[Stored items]
------------------------------------------------

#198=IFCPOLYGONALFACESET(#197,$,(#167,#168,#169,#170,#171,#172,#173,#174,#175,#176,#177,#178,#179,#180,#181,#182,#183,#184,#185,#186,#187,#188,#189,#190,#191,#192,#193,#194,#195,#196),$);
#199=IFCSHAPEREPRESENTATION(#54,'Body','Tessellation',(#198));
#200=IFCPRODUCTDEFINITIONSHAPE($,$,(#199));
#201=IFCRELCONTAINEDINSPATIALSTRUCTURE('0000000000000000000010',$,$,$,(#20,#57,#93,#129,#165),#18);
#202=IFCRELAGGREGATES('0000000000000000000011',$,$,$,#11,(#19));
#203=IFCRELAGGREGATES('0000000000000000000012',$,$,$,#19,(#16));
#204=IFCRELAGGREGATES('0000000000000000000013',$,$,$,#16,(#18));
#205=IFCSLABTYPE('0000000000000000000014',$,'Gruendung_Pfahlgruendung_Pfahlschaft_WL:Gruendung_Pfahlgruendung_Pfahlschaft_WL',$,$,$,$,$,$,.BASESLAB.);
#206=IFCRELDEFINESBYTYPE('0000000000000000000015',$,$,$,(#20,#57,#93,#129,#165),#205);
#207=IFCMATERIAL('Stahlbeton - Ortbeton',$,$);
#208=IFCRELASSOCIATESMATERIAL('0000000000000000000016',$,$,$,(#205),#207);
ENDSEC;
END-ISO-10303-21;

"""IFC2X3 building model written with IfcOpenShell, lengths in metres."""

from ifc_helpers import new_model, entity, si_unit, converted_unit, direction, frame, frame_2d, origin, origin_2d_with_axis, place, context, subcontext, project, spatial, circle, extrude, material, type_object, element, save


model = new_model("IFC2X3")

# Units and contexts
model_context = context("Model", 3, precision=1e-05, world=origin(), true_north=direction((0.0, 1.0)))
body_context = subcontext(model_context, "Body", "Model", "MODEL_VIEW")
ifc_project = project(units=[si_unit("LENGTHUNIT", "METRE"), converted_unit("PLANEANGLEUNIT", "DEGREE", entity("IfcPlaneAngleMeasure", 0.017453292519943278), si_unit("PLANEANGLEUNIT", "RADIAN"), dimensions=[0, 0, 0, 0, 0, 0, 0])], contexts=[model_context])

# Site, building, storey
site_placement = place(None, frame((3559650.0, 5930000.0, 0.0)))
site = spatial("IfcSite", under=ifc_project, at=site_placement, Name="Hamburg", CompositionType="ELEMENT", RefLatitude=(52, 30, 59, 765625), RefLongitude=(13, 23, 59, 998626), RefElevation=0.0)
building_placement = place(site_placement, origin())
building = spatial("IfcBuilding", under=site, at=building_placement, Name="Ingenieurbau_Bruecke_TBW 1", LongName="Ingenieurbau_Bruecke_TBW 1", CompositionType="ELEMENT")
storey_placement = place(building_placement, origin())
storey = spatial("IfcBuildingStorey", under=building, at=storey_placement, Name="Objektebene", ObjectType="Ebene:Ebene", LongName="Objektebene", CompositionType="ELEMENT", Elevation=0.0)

------------------------------------------------

From the data above, copy each line that holds "Name".

▸ Task solution:
site = spatial("IfcSite", under=ifc_project, at=site_placement, Name="Hamburg", CompositionType="ELEMENT", RefLatitude=(52, 30, 59, 765625), RefLongitude=(13, 23, 59, 998626), RefElevation=0.0)
building = spatial("IfcBuilding", under=site, at=building_placement, Name="Ingenieurbau_Bruecke_TBW 1", LongName="Ingenieurbau_Bruecke_TBW 1", CompositionType="ELEMENT")
storey = spatial("IfcBuildingStorey", under=building, at=storey_placement, Name="Objektebene", ObjectType="Ebene:Ebene", LongName="Objektebene", CompositionType="ELEMENT", Elevation=0.0)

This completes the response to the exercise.